STABLE-CARBON ISOTOPES AND SOIL ORGANIC CARBON IN THE 1996 AND 1997 FACE WHEAT EXPERIMENTS

Authors: LEAVITT, S - UNIV OF ARIZONA; PENDALL, E - UNIV OF ARIZONA; PAUL, E - MICHIGAN STATE UNIV; BROOKS, T - UNIV OF ARIZONA; Kimball, Bruce; Pinter Jr, Paul

Submitted to: New Phytologist
Publication Type: Peer Reviewed Journal
Publication Acceptance Date: 5/15/2001
Publication Date: 8/15/2001
Citation: Leavitt, S.W., Pendall, E., Paul, E.A., Brooks, T.J., Kimball, B.A., Pinter Jr, P.J. 2001. Stable-carbon isotopes and soil organic carbon in the 1996 and 1997 face wheat experiments. New Phytologist. 150(2):305-314.

Interpretive Summary: The carbon dioxide concentration (CO2) in the Earth's atmosphere is increasing, and consequent global warming and changing precipitation patterns have been predicted. However, higher levels of CO2 are also known to directly stimulate the growth of plants, and because such larger plants would have more roots and residue, there is a potential for storage of more carbon in the soil. Therefore, as part of free-air CO2 enrichment (FACE) experiments, measurements of the effects of elevated CO2 on the growth of wheat were made, and in addition, estimates of soil carbon storage were made both directly and by determining the ratios of 13C to 12C isotopes in the plants and in the soil. The altered isotopic ratios formed a tracer for new carbon added to the soil. The results indicated that after two wheat growing seasons, about 5% of the carbon in the soil was new from the wheat crops. However, the amounts were similar in both FACE and Control plots, suggesting the elevated CO2 did not significantly stimulate more soil C storage. The precision of the measurements was less than desired, however, because conditions associated with the control tracer were somewhat different from FACE and the soil variability was high.
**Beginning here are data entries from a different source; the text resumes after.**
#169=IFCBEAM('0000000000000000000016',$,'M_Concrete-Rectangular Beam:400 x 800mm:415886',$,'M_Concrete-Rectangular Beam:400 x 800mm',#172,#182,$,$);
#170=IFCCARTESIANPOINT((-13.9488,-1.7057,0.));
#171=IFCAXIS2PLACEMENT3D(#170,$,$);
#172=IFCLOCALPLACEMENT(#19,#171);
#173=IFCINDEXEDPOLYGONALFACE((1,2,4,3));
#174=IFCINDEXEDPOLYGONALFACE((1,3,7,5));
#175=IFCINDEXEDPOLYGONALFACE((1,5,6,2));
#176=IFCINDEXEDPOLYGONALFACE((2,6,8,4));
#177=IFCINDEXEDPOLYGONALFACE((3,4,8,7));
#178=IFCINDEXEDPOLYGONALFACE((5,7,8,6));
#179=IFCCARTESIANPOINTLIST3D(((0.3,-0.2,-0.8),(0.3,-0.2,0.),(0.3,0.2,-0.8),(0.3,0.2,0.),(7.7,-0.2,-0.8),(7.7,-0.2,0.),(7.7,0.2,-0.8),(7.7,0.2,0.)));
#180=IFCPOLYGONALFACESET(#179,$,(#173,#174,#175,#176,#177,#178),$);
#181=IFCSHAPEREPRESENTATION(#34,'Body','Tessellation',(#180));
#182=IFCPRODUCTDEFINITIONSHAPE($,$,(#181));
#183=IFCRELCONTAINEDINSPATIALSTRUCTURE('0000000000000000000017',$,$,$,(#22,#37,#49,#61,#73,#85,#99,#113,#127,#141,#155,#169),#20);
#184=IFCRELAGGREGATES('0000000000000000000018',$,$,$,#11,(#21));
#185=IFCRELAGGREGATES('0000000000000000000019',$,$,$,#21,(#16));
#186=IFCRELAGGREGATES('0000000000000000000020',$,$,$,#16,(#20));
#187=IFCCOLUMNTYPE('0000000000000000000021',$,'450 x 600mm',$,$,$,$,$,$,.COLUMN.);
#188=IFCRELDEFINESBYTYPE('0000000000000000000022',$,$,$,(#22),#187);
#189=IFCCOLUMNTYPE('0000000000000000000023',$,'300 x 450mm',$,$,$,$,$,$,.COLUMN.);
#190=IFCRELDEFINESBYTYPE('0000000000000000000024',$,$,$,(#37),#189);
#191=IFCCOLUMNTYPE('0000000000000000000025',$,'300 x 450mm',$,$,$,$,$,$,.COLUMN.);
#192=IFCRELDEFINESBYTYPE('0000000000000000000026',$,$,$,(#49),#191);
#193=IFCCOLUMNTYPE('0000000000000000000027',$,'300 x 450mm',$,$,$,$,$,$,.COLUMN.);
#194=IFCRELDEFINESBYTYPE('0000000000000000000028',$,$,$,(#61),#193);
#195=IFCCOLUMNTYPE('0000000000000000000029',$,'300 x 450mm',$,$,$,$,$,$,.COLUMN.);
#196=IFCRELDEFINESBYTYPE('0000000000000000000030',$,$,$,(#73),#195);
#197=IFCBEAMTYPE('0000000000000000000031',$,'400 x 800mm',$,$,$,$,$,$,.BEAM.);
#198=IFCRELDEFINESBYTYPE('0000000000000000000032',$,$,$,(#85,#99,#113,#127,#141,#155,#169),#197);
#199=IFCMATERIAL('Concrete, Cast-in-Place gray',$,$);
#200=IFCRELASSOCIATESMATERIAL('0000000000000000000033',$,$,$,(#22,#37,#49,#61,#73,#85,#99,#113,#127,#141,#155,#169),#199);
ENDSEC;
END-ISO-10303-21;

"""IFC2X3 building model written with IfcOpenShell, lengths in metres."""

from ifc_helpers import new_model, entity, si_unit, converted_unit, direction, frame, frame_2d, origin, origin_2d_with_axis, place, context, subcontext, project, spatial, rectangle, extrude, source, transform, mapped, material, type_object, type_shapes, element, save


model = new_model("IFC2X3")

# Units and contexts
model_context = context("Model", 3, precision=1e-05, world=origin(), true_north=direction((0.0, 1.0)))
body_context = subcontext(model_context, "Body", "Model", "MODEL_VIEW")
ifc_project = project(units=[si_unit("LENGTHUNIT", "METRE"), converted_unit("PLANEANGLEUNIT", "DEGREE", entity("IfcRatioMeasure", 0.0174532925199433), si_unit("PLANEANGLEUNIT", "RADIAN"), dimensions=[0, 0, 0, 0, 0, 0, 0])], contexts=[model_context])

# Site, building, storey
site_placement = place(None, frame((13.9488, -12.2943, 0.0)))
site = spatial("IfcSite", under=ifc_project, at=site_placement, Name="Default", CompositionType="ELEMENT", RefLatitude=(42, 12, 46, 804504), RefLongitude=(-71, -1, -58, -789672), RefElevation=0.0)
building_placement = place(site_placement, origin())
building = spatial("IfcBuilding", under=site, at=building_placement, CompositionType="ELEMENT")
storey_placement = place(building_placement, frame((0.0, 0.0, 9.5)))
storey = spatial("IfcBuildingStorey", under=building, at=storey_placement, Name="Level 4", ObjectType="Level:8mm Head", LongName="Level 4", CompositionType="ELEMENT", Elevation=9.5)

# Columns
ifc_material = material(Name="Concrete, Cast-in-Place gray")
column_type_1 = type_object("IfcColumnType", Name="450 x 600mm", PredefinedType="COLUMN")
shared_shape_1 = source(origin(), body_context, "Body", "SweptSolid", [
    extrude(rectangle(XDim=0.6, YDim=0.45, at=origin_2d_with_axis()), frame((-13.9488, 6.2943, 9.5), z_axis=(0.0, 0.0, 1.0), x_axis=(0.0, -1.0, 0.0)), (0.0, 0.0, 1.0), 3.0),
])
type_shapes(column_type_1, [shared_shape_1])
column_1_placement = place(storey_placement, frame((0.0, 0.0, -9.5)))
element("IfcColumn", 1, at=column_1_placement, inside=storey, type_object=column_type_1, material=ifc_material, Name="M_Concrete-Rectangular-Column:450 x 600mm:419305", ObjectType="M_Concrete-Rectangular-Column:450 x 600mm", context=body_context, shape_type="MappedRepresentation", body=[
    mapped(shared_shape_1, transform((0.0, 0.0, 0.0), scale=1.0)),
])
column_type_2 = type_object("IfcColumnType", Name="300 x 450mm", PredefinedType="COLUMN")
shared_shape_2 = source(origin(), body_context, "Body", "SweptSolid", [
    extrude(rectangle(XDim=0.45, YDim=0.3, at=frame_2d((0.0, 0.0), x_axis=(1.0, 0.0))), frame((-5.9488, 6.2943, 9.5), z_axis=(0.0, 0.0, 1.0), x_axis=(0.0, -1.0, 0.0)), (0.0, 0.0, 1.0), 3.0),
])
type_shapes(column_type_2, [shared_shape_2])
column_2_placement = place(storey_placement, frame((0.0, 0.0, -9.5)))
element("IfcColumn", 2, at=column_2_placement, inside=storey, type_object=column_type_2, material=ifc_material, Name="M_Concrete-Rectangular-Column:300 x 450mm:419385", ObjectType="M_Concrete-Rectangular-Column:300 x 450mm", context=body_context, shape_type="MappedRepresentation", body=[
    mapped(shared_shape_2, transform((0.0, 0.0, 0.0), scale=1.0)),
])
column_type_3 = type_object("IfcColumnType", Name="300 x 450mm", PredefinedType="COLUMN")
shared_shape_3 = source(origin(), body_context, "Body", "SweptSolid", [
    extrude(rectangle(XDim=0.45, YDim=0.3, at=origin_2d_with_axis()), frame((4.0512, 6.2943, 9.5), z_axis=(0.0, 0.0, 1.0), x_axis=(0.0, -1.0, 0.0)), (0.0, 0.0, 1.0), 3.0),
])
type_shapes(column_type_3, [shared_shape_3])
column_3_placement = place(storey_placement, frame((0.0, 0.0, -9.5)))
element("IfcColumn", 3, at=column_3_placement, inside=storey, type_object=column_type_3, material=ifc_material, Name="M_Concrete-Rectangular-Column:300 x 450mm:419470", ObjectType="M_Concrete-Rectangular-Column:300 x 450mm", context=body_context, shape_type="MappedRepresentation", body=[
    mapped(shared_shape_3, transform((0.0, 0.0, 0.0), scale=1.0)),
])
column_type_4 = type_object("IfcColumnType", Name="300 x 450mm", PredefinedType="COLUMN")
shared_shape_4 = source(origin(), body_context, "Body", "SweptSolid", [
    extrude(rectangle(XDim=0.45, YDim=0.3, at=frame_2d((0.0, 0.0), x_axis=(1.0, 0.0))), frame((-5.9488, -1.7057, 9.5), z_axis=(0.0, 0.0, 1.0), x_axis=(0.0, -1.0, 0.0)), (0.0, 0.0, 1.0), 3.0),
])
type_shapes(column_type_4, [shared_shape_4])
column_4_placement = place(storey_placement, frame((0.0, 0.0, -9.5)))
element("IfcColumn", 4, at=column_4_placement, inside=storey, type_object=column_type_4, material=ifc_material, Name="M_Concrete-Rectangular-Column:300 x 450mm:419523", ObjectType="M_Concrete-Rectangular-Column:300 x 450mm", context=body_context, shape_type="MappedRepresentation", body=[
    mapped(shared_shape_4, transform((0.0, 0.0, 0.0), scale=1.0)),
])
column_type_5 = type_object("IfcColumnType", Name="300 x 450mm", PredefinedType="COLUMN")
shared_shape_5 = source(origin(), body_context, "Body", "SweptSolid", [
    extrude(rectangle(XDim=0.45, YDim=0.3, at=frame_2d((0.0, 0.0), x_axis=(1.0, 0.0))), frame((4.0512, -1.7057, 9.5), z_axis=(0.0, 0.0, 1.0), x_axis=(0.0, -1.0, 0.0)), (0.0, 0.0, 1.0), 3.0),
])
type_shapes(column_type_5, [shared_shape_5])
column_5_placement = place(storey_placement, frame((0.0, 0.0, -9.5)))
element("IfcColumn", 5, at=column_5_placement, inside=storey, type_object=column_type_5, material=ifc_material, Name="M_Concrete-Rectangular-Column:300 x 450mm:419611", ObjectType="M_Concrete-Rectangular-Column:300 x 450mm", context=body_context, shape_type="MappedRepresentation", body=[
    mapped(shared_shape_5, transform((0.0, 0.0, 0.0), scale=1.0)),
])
This research will aid in predicting the future levels of atmospheric CO2 and the extent to which the storage of carbon in the soil will mitigate the rate of rise, thereby slowing global change and benefitting many of earth's ecosystems and most of mankind.

Technical Abstract: The 1996 and 1997 wheat Free-Air CO2 Enrichment (FACE) CO2xN experiments offered opportunities to enlist isotopic tracers to detect entry of fresh carbon into the soil organic carbon (SOC) pools. The commercial CO2 used to enrich FACE plots to ambient+200 umol mol-1 had d13C of ca. -40 o/oo, resulting in d13C of ca. -18 to -19 o/oo in FACE plot air CO2. This was incorporated into labeled wheat plants ca. 12 o/oo 13C-depleted relative to ambient plants and ca. 17 o/oo depleted relative to the SOC of native soils. SOC content and d13C of SOC were analyzed for 3 depths (0-15, 15-30, 30-60 cm) for all treatments before and after each growing season. Under high-N, isotopic mass balance indicates ca. 5% new C in the 0-15 cm depth SOC. Less definitive calculations suggest a similar new C fraction in 15-30 cm high-N and 30-60 cm low-N FACE treatments. To quantify activity in the control (Blower) plots, exotic soils enriched in 13C (-17 to 20 o/oo from development under C4 plants) were placed into subplots in FACE and Blower high-N reps. 1 and 2. Substantial SOC losses (perhaps promoted by first-time cultivation of soils not in equilibrium with Maricopa farm conditions) and SOC d13C increases during the experiment, however, made it difficult to interpret isotopic changes. A 13C02 gas tracer pulsed to subplots in Blower reps. 1 and 2 imparted a labeling of the wheat 8-9 o/oo 13C-enriched relative to the native soil SOC. Consequent SOC d13C increases were consistent with ca. 5% new C fraction in Blower-high N. This suggests similar SOC changes under FACE and ambient conditions, but the pulsed signal in small subplots of 2 reps. may limit extrapolation to full plot scale.